Most of the stories you hear about the Lost Boys have them running off from awful homes, bad places and bad people and bad situations. Most of them get beat and starved and such, and they cry for the first few days.

Peter gets awful sick of crying, though. He can take it for three or four minutes, but then he just picks you up by your collar and drops you outside until you stop. Then, when you come back in, it's like it never happened. That part's the truth at least.

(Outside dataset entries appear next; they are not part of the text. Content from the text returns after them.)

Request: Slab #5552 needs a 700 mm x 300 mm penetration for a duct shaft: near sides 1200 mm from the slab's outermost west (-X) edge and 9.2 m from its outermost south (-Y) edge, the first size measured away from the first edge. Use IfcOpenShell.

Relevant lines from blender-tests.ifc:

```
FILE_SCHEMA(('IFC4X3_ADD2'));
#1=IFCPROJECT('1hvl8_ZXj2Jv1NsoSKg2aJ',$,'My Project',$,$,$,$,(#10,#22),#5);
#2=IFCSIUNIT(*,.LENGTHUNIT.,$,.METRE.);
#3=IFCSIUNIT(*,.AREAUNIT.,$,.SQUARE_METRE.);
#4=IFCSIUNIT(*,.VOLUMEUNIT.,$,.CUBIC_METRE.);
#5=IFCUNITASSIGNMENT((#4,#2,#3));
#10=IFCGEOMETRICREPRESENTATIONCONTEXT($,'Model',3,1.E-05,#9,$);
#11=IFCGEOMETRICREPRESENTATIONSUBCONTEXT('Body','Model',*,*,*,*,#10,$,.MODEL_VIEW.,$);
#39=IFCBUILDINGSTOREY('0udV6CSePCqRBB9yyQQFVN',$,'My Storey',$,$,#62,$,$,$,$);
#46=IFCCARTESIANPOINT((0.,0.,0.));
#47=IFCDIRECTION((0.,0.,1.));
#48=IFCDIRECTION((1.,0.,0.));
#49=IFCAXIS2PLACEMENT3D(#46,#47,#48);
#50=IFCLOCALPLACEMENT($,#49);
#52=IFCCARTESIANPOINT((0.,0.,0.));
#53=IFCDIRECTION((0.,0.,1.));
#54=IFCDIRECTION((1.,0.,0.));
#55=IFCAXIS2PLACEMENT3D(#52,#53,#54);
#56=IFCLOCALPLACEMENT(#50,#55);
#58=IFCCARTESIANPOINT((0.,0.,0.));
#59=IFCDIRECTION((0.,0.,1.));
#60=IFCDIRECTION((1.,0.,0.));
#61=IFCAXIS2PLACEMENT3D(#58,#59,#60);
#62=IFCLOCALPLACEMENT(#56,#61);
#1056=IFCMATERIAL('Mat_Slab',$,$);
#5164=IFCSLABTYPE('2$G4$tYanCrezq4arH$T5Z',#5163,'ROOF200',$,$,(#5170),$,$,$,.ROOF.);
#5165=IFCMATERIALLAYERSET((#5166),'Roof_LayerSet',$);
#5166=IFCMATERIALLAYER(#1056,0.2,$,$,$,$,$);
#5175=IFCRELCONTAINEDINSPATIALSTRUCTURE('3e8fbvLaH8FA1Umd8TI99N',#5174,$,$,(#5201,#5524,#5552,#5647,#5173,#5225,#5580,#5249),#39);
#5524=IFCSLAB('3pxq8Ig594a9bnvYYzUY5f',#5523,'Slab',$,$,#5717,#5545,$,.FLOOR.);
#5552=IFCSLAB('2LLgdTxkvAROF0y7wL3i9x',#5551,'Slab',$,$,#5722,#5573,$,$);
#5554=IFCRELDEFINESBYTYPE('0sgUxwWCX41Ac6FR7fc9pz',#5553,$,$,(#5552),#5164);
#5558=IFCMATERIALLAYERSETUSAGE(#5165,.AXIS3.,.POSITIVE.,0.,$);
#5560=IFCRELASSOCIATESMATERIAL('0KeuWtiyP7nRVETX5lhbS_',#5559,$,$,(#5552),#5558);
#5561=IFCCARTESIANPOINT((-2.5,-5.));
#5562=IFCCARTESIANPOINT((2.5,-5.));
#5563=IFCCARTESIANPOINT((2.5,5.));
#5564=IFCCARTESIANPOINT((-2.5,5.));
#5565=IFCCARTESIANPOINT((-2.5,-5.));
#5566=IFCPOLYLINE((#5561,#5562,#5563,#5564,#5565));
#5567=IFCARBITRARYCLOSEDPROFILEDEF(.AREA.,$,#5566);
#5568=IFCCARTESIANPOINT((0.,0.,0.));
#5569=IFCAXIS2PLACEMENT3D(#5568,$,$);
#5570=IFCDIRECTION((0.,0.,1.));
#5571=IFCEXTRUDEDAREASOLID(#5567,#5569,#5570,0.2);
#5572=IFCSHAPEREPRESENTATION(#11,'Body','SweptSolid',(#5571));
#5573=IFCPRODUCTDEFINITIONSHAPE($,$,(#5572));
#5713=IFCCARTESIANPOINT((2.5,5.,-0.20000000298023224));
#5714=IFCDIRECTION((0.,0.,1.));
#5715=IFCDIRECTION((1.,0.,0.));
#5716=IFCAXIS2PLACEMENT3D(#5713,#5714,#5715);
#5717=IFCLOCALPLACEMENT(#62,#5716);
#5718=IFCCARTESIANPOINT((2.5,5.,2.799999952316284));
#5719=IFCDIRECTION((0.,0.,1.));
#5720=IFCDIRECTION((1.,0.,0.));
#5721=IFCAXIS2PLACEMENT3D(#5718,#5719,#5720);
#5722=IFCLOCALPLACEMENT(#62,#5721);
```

```python
import numpy as np
import ifcopenshell
import ifcopenshell.api.feature
import ifcopenshell.api.geometry
import ifcopenshell.api.root
import ifcopenshell.geom
import ifcopenshell.util.placement
import ifcopenshell.util.representation
import ifcopenshell.util.shape
import ifcopenshell.util.unit

model = ifcopenshell.open("blender-tests.ifc")
unit_scale = ifcopenshell.util.unit.calculate_unit_scale(model)
settings = ifcopenshell.geom.settings()


def volume(element):
    """Net volume in cubic metres, openings subtracted."""
    shape = ifcopenshell.geom.create_shape(settings, element)
    return ifcopenshell.util.shape.get_volume(shape.geometry)


slab = model.by_guid("2LLgdTxkvAROF0y7wL3i9x")
before = volume(slab)

# Extent in the slab's own axes, in metres. The edges named are its -X and -Y sides.
slab_shape = ifcopenshell.geom.create_shape(settings, slab)
vertices = ifcopenshell.util.shape.get_vertices(slab_shape.geometry)
x_min, y_min, bottom = vertices.min(axis=0)
top = vertices[:, 2].max()

opening = ifcopenshell.api.root.create_entity(model, ifc_class="IfcOpeningElement", name="Duct shaft opening", predefined_type="OPENING")
context = ifcopenshell.util.representation.get_context(model, "Model", "Body", "MODEL_VIEW")
width, depth = 0.7, 0.3
outline = [(0.0, 0.0), (width, 0.0), (width, depth), (0.0, depth), (0.0, 0.0)]
# Overshoot both faces by 50 mm so the cut is clean.
shape = ifcopenshell.api.geometry.add_slab_representation(
    model, context=context, depth=top - bottom + 0.1, polyline=outline
)
ifcopenshell.api.geometry.assign_representation(model, product=opening, representation=shape)

matrix = ifcopenshell.util.placement.get_local_placement(slab.ObjectPlacement)
matrix[:, 3] = matrix @ np.append(np.array([x_min + 1.2, y_min + 9.2, bottom - 0.05]) / unit_scale, 1.0)
ifcopenshell.api.geometry.edit_object_placement(model, product=opening, matrix=matrix, is_si=False)
ifcopenshell.api.feature.add_feature(model, feature=opening, element=slab)

after = volume(slab)

print(f"slab volume {before:.3f} -> {after:.3f} m3")

model.write("blender-tests_edited.ifc")
```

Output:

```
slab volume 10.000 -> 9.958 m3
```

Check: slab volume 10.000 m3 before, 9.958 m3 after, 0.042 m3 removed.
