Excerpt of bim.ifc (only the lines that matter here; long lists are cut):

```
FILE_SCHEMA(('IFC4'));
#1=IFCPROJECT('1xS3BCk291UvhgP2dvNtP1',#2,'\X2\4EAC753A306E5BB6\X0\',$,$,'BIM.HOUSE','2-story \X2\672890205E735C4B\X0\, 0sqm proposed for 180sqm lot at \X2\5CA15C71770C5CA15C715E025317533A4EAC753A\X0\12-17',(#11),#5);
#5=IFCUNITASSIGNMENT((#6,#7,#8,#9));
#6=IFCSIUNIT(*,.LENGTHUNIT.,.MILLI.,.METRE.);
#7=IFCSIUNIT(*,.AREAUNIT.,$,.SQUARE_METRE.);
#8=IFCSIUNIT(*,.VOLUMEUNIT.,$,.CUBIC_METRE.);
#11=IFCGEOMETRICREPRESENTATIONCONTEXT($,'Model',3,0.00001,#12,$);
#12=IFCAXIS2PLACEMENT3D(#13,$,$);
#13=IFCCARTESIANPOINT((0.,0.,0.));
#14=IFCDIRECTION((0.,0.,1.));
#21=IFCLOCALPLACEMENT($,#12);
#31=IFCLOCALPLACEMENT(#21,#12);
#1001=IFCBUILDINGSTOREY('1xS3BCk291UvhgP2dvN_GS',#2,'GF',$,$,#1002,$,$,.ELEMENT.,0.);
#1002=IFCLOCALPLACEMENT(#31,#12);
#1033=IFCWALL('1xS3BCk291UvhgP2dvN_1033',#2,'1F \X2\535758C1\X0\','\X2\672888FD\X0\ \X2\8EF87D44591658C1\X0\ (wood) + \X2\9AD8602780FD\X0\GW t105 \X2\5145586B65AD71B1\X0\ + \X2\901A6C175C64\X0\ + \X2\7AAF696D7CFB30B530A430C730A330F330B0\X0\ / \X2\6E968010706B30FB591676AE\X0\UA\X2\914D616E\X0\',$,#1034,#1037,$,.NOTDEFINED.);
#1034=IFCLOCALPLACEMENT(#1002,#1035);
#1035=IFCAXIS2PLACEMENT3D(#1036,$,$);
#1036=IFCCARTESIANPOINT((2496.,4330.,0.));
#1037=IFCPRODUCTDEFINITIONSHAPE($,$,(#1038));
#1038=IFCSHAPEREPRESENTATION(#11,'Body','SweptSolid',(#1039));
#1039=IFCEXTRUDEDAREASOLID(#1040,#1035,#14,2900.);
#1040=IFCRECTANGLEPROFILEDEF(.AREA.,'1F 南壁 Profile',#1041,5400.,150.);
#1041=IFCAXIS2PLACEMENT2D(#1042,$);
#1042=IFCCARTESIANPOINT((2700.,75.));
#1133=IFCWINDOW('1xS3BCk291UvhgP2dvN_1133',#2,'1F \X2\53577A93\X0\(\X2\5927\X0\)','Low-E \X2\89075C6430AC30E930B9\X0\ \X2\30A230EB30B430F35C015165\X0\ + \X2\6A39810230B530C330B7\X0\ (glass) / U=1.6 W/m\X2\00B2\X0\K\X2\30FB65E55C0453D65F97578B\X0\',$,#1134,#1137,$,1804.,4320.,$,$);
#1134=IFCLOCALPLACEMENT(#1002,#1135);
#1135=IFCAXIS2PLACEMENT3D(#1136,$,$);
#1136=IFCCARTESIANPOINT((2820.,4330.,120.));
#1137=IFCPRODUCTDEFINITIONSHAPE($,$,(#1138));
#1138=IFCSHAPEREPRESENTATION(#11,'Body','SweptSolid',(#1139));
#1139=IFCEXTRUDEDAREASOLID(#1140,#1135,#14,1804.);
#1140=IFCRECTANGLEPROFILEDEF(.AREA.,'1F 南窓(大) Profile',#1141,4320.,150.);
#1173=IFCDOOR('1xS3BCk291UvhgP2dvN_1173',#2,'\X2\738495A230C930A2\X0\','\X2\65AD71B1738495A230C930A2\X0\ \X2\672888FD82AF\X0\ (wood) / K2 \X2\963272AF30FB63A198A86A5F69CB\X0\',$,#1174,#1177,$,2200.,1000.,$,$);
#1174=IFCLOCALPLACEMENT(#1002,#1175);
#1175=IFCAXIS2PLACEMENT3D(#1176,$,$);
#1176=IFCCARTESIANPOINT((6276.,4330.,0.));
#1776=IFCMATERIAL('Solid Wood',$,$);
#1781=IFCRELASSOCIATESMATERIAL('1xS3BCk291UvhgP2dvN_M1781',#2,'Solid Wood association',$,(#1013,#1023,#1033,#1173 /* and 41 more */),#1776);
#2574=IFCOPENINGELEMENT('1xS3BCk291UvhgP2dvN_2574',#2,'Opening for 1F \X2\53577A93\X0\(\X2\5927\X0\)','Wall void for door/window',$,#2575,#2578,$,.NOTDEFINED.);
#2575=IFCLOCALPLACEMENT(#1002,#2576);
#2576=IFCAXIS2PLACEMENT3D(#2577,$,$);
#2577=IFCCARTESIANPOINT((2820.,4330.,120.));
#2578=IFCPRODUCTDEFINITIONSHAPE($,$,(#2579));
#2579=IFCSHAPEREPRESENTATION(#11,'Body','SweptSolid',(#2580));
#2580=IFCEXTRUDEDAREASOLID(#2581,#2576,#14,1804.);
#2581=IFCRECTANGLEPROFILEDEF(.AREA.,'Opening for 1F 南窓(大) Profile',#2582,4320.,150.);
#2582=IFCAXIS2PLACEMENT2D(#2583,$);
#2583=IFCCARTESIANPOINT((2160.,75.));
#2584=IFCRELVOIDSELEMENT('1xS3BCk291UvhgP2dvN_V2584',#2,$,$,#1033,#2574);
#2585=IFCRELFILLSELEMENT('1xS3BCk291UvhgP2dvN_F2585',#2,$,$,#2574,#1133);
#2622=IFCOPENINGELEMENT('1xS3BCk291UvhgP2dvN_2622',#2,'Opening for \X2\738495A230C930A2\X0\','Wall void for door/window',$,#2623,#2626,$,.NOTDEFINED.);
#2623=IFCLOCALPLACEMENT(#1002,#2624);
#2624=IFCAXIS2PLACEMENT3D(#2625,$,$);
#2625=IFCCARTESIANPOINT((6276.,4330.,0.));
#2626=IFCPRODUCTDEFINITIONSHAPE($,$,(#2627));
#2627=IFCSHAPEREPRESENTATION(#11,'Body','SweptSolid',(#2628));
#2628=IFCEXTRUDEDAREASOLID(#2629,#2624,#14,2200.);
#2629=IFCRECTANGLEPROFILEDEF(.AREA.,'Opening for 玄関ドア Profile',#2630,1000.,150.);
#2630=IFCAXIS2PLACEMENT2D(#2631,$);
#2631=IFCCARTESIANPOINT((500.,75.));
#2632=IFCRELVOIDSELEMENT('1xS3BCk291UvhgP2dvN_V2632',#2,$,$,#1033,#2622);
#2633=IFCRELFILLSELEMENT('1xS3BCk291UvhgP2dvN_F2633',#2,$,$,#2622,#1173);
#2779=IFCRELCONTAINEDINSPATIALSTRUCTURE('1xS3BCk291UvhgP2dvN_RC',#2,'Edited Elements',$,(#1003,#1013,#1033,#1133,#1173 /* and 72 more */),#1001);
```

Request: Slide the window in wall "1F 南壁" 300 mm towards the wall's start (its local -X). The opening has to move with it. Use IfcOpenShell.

```python
import ifcopenshell
import ifcopenshell.api.geometry
import ifcopenshell.util.placement
import ifcopenshell.util.unit

model = ifcopenshell.open("bim.ifc")
unit_scale = ifcopenshell.util.unit.calculate_unit_scale(model)

window = model.by_guid("1xS3BCk291UvhgP2dvN_1133")
opening = window.FillsVoids[0].RelatingOpeningElement
wall = opening.VoidsElements[0].RelatingBuildingElement

wall_matrix = ifcopenshell.util.placement.get_local_placement(wall.ObjectPlacement)
shift = wall_matrix[:3, 0] * -0.3 / unit_scale
before = ifcopenshell.util.placement.get_local_placement(window.ObjectPlacement)[:3, 3].copy()

# The window is not placed relative to its opening, so move both.
for product in (opening, window):
    matrix = ifcopenshell.util.placement.get_local_placement(product.ObjectPlacement)
    matrix[:3, 3] += shift
    ifcopenshell.api.geometry.edit_object_placement(model, product=product, matrix=matrix, is_si=False)

after = ifcopenshell.util.placement.get_local_placement(window.ObjectPlacement)[:3, 3]
print("window moved by", (after - before).round(3) + 0.0)

model.write("bim_v2.ifc")
```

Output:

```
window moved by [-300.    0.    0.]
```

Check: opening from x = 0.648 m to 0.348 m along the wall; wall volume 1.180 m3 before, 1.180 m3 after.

I was a Lost Boy. There's a cycle to them, you know, because even on a magic island, not everyone can be like Peter. The phrase isn't 'all children grow up, save one island.' You grow, slower than most, but you grow. And then, when you get taller than Peter, he stops talking to you and he won't let the other boys either. You can't fit in all the little nooks and crannies and secret cubby ways. Eventually, you go out and mope on the beach, staring out over the waves and wondering 'why me?'

That's when Hook comes by and nabs you.

But I'm getting ahead of myself. I was a Lost Boy, too. But my story doesn't start in some piss poor orphanage, or a dirty alley way, or a squalid apartment. It doesn't start with abusive parents or cruel caretakers or anything like that.

No, my story starts in Great Ormond Street Hospital.

My story starts with a death.

My beginning starts with an end.

Ironic, huh?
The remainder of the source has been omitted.